Im Schatten der Drachenkönigin

Majetag, 24. Reapember 351 AC

Miros Aufbruch

Reisetag 5Station 2 von 6

Das Versprechen am Waldrand

Lange vor seinem Aufbruch war Miro schwer verletzt am Rand eines Waldes liegen geblieben. Dort hatte ihn eine fremde Frau gefunden. Sie hatte ihm angeboten, ihm eine Kraft zu verleihen, mit der er seine Wunden selbst heilen konnte.

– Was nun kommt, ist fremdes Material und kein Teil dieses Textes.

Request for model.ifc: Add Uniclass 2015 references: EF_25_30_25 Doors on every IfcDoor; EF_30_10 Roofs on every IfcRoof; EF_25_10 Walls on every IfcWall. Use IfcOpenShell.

First a look at what the model holds.

```python
import ifcopenshell

model = ifcopenshell.open("model.ifc")
print(model.schema)
print("classifications:", [c.Name for c in model.by_type("IfcClassification")])
for ifc_class in ("IfcDoor", "IfcRoof", "IfcStair", "IfcWall", "IfcWindow"):
    print(ifc_class, len(model.by_type(ifc_class)))
```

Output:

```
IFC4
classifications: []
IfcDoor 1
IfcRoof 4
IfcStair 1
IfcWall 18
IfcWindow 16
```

```python
import ifcopenshell
import ifcopenshell.api.classification

model = ifcopenshell.open("model.ifc")

system = ifcopenshell.api.classification.add_classification(model, classification="Uniclass 2015")

codes = {
    "IfcDoor": ("EF_25_30_25", "Doors"),
    "IfcRoof": ("EF_30_10", "Roofs"),
    "IfcWall": ("EF_25_10", "Walls"),
}
for ifc_class, (code, name) in codes.items():
    products = model.by_type(ifc_class)
    ifcopenshell.api.classification.add_reference(
        model, products=products, classification=system, identification=code, name=name
    )
    print(code, len(products))

model.write("model_rev.ifc")
```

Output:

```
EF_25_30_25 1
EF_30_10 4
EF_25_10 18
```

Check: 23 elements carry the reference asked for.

Ihr Angebot war jedoch an eine Bedingung geknüpft. Miro sollte mit dieser Kraft nicht nur sich selbst helfen. Er sollte auch jene beschützen, die in seinen Augen keinen Schutz verdienten.

Ob er allein aus seiner Not heraus zugestimmt hatte oder ob ihn etwas anderes zu diesem Versprechen bewogen hatte, wusste vielleicht nur Miro selbst. Seit jener Begegnung verfügte der Kender über ungewöhnliche magische Kräfte. Zugleich blieb die Sorge, die fremde Frau könne sie ihm eines Tages wieder nehmen, wenn er ihrem Anspruch nicht gerecht wurde.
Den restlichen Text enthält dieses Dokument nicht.